§ Problem to solve: For every line below, set down an identical copy.

※ ※ ※

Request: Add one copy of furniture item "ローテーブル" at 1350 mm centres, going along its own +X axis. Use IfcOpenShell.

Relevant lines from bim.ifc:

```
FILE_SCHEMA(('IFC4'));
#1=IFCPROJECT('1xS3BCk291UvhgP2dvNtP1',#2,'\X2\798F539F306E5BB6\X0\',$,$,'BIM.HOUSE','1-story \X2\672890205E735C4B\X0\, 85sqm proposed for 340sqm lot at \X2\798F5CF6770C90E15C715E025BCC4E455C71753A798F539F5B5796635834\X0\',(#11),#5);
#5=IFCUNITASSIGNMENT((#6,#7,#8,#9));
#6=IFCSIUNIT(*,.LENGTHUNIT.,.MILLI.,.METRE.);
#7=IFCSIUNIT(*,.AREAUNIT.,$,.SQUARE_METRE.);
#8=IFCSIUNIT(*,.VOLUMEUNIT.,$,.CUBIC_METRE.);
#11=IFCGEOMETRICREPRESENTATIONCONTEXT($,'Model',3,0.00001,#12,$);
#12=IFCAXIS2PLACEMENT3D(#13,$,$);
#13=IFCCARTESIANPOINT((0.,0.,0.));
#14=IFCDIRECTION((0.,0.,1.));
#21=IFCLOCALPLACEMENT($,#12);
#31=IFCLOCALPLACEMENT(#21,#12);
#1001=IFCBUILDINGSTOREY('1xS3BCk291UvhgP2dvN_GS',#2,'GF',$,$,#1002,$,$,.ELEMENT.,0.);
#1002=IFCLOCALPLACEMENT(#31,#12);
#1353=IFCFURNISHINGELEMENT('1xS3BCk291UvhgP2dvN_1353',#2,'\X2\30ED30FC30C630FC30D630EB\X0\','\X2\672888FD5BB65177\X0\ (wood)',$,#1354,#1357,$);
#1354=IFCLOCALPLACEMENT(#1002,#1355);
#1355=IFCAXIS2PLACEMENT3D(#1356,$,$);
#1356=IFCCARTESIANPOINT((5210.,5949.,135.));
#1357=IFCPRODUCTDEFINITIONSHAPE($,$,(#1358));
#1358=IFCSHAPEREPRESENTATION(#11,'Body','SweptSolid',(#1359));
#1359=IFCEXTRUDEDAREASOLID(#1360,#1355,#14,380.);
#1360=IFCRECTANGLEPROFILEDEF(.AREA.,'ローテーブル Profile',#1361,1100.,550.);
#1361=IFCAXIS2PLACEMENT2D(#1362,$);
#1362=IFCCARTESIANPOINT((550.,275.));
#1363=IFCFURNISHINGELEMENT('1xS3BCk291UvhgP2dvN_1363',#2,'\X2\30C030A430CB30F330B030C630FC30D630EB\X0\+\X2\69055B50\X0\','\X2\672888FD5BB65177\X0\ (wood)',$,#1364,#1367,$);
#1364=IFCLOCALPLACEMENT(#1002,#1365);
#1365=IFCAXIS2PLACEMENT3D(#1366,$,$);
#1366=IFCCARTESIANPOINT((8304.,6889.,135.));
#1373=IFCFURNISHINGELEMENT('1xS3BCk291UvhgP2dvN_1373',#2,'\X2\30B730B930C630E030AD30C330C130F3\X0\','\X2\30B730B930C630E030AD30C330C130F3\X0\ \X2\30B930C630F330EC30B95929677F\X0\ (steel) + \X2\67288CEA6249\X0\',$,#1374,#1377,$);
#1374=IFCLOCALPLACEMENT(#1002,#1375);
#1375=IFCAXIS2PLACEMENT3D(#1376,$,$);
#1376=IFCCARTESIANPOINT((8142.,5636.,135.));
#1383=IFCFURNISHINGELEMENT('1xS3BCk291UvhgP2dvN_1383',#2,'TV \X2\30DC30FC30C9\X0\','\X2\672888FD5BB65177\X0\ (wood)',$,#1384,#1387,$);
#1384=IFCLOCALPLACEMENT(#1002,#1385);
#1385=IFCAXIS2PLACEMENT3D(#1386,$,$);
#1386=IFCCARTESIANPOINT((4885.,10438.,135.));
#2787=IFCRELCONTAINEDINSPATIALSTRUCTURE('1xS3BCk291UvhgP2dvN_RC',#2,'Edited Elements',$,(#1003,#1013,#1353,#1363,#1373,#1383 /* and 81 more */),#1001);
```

```python
import ifcopenshell
import ifcopenshell.api.geometry
import ifcopenshell.api.root
import ifcopenshell.util.element
import ifcopenshell.util.placement
import ifcopenshell.util.unit

model = ifcopenshell.open("bim.ifc")
unit_scale = ifcopenshell.util.unit.calculate_unit_scale(model)


def reuse_history(source, copy):
    """copy_class also copies each property set's owner history, people and application; keep the originals."""
    for rel in copy.IsDefinedBy:
        if rel.is_a("IfcRelDefinesByProperties") and (history := rel.RelatingPropertyDefinition.OwnerHistory):
            rel.RelatingPropertyDefinition.OwnerHistory = source.OwnerHistory
            ifcopenshell.util.element.remove_deep2(model, history)


source = model.by_id(1353)
base = ifcopenshell.util.placement.get_local_placement(source.ObjectPlacement)
step = base[:3, 0] * 1.35 / unit_scale

for i in range(1, 2):
    copy = ifcopenshell.api.root.copy_class(model, product=source)
    copy.Representation = ifcopenshell.util.element.copy_deep(
        model, source.Representation, exclude=["IfcGeometricRepresentationContext", "IfcRepresentationMap"]
    )
    reuse_history(source, copy)
    matrix = base.copy()
    matrix[:3, 3] += i * step
    print("added at", matrix[:3, 3].round(3) + 0.0)
    ifcopenshell.api.geometry.edit_object_placement(model, product=copy, matrix=matrix, is_si=False)

model.write("bim_v2.ifc")
```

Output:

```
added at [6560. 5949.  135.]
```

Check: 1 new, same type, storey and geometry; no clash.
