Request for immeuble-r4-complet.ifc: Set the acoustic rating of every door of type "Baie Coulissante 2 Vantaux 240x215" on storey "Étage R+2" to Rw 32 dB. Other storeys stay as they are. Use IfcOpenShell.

First a look at what the model holds.

```python
import ifcopenshell
import ifcopenshell.util.element

model = ifcopenshell.open("immeuble-r4-complet.ifc")
print(model.schema)
storey = next(s for s in model.by_type("IfcBuildingStorey") if s.Name == "Étage R+2")
doors = [e for e in ifcopenshell.util.element.get_decomposition(storey) if e.is_a("IfcDoor")]
seen = {}
for e in doors:
    element_type = ifcopenshell.util.element.get_type(e)
    key = (element_type.Name if element_type != e and element_type else None, ifcopenshell.util.element.get_pset(e, "Pset_DoorCommon", "AcousticRating"))
    seen[key] = seen.get(key, 0) + 1
for (name, value), count in sorted(seen.items(), key=str):
    print(count, "x", name, "|", value)
```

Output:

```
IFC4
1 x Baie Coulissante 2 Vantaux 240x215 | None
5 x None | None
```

```python
import ifcopenshell
import ifcopenshell.api.pset
import ifcopenshell.util.element

model = ifcopenshell.open("immeuble-r4-complet.ifc")

storey = next(s for s in model.by_type("IfcBuildingStorey") if s.Name == "Étage R+2")
doors = [e for e in ifcopenshell.util.element.get_decomposition(storey) if e.is_a("IfcDoor")]

count = 0
for e in doors:
    element_type = ifcopenshell.util.element.get_type(e)
    if element_type in (None, e) or element_type.Name != "Baie Coulissante 2 Vantaux 240x215":
        continue
    # add_pset returns the element's existing set when there is one.
    pset = ifcopenshell.api.pset.add_pset(model, product=e, name="Pset_DoorCommon")
    ifcopenshell.api.pset.edit_pset(model, pset=pset, properties={"AcousticRating": "Rw 32 dB"})
    count += 1

print(count, "doors updated")

model.write("immeuble-r4-complet_updated.ifc")
```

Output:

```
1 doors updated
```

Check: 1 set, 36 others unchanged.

※ ※ ※

§ Exercise solution:
Request: Add one copy of furniture item "ローテーブル" at 1350 mm centres, going along its own +X axis. Use IfcOpenShell.

Relevant lines from bim.ifc:

```
FILE_SCHEMA(('IFC4'));
#1=IFCPROJECT('1xS3BCk291UvhgP2dvNtP1',#2,'\X2\798F539F306E5BB6\X0\',$,$,'BIM.HOUSE','1-story \X2\672890205E735C4B\X0\, 85sqm proposed for 340sqm lot at \X2\798F5CF6770C90E15C715E025BCC4E455C71753A798F539F5B5796635834\X0\',(#11),#5);
#5=IFCUNITASSIGNMENT((#6,#7,#8,#9));
#6=IFCSIUNIT(*,.LENGTHUNIT.,.MILLI.,.METRE.);
#7=IFCSIUNIT(*,.AREAUNIT.,$,.SQUARE_METRE.);
#8=IFCSIUNIT(*,.VOLUMEUNIT.,$,.CUBIC_METRE.);
#11=IFCGEOMETRICREPRESENTATIONCONTEXT($,'Model',3,0.00001,#12,$);
#12=IFCAXIS2PLACEMENT3D(#13,$,$);
#13=IFCCARTESIANPOINT((0.,0.,0.));
#14=IFCDIRECTION((0.,0.,1.));
#21=IFCLOCALPLACEMENT($,#12);
#31=IFCLOCALPLACEMENT(#21,#12);
#1001=IFCBUILDINGSTOREY('1xS3BCk291UvhgP2dvN_GS',#2,'GF',$,$,#1002,$,$,.ELEMENT.,0.);
#1002=IFCLOCALPLACEMENT(#31,#12);
#1353=IFCFURNISHINGELEMENT('1xS3BCk291UvhgP2dvN_1353',#2,'\X2\30ED30FC30C630FC30D630EB\X0\','\X2\672888FD5BB65177\X0\ (wood)',$,#1354,#1357,$);
#1354=IFCLOCALPLACEMENT(#1002,#1355);
#1355=IFCAXIS2PLACEMENT3D(#1356,$,$);
#1356=IFCCARTESIANPOINT((5210.,5949.,135.));
#1357=IFCPRODUCTDEFINITIONSHAPE($,$,(#1358));
#1358=IFCSHAPEREPRESENTATION(#11,'Body','SweptSolid',(#1359));
#1359=IFCEXTRUDEDAREASOLID(#1360,#1355,#14,380.);
#1360=IFCRECTANGLEPROFILEDEF(.AREA.,'ローテーブル Profile',#1361,1100.,550.);
#1361=IFCAXIS2PLACEMENT2D(#1362,$);
#1362=IFCCARTESIANPOINT((550.,275.));
#1363=IFCFURNISHINGELEMENT('1xS3BCk291UvhgP2dvN_1363',#2,'\X2\30C030A430CB30F330B030C630FC30D630EB\X0\+\X2\69055B50\X0\','\X2\672888FD5BB65177\X0\ (wood)',$,#1364,#1367,$);
#1364=IFCLOCALPLACEMENT(#1002,#1365);
#1365=IFCAXIS2PLACEMENT3D(#1366,$,$);
#1366=IFCCARTESIANPOINT((8304.,6889.,135.));
#1373=IFCFURNISHINGELEMENT('1xS3BCk291UvhgP2dvN_1373',#2,'\X2\30B730B930C630E030AD30C330C130F3\X0\','\X2\30B730B930C630E030AD30C330C130F3\X0\ \X2\30B930C630F330EC30B95929677F\X0\ (steel) + \X2\67288CEA6249\X0\',$,#1374,#1377,$);
#1374=IFCLOCALPLACEMENT(#1002,#1375);
#1375=IFCAXIS2PLACEMENT3D(#1376,$,$);
#1376=IFCCARTESIANPOINT((8142.,5636.,135.));
#1383=IFCFURNISHINGELEMENT('1xS3BCk291UvhgP2dvN_1383',#2,'TV \X2\30DC30FC30C9\X0\','\X2\672888FD5BB65177\X0\ (wood)',$,#1384,#1387,$);
#1384=IFCLOCALPLACEMENT(#1002,#1385);
#1385=IFCAXIS2PLACEMENT3D(#1386,$,$);
#1386=IFCCARTESIANPOINT((4885.,10438.,135.));
#2787=IFCRELCONTAINEDINSPATIALSTRUCTURE('1xS3BCk291UvhgP2dvN_RC',#2,'Edited Elements',$,(#1003,#1013,#1353,#1363,#1373,#1383 /* and 81 more */),#1001);
```

```python
import ifcopenshell
import ifcopenshell.api.geometry
import ifcopenshell.api.root
import ifcopenshell.util.element
import ifcopenshell.util.placement
import ifcopenshell.util.unit

model = ifcopenshell.open("bim.ifc")
unit_scale = ifcopenshell.util.unit.calculate_unit_scale(model)


def reuse_history(source, copy):
    """copy_class also copies each property set's owner history, people and application; keep the originals."""
    for rel in copy.IsDefinedBy:
        if rel.is_a("IfcRelDefinesByProperties") and (history := rel.RelatingPropertyDefinition.OwnerHistory):
            rel.RelatingPropertyDefinition.OwnerHistory = source.OwnerHistory
            ifcopenshell.util.element.remove_deep2(model, history)


source = model.by_id(1353)
base = ifcopenshell.util.placement.get_local_placement(source.ObjectPlacement)
step = base[:3, 0] * 1.35 / unit_scale

for i in range(1, 2):
    copy = ifcopenshell.api.root.copy_class(model, product=source)
    copy.Representation = ifcopenshell.util.element.copy_deep(
        model, source.Representation, exclude=["IfcGeometricRepresentationContext", "IfcRepresentationMap"]
    )
    reuse_history(source, copy)
    matrix = base.copy()
    matrix[:3, 3] += i * step
    print("added at", matrix[:3, 3].round(3) + 0.0)
    ifcopenshell.api.geometry.edit_object_placement(model, product=copy, matrix=matrix, is_si=False)

model.write("bim_v2.ifc")
```

Output:

```
added at [6560. 5949.  135.]
```

Check: 1 new, same type, storey and geometry; no clash.
Request for immeuble-r4-complet.ifc: Set the acoustic rating of every door of type "Baie Coulissante 2 Vantaux 240x215" on storey "Étage R+2" to Rw 32 dB. Other storeys stay as they are. Use IfcOpenShell.

First a look at what the model holds.

```python
import ifcopenshell
import ifcopenshell.util.element

model = ifcopenshell.open("immeuble-r4-complet.ifc")
print(model.schema)
storey = next(s for s in model.by_type("IfcBuildingStorey") if s.Name == "Étage R+2")
doors = [e for e in ifcopenshell.util.element.get_decomposition(storey) if e.is_a("IfcDoor")]
seen = {}
for e in doors:
    element_type = ifcopenshell.util.element.get_type(e)
    key = (element_type.Name if element_type != e and element_type else None, ifcopenshell.util.element.get_pset(e, "Pset_DoorCommon", "AcousticRating"))
    seen[key] = seen.get(key, 0) + 1
for (name, value), count in sorted(seen.items(), key=str):
    print(count, "x", name, "|", value)
```

Output:

```
IFC4
1 x Baie Coulissante 2 Vantaux 240x215 | None
5 x None | None
```

```python
import ifcopenshell
import ifcopenshell.api.pset
import ifcopenshell.util.element

model = ifcopenshell.open("immeuble-r4-complet.ifc")

storey = next(s for s in model.by_type("IfcBuildingStorey") if s.Name == "Étage R+2")
doors = [e for e in ifcopenshell.util.element.get_decomposition(storey) if e.is_a("IfcDoor")]

count = 0
for e in doors:
    element_type = ifcopenshell.util.element.get_type(e)
    if element_type in (None, e) or element_type.Name != "Baie Coulissante 2 Vantaux 240x215":
        continue
    # add_pset returns the element's existing set when there is one.
    pset = ifcopenshell.api.pset.add_pset(model, product=e, name="Pset_DoorCommon")
    ifcopenshell.api.pset.edit_pset(model, pset=pset, properties={"AcousticRating": "Rw 32 dB"})
    count += 1

print(count, "doors updated")

model.write("immeuble-r4-complet_updated.ifc")
```

Output:

```
1 doors updated
```

Check: 1 set, 36 others unchanged.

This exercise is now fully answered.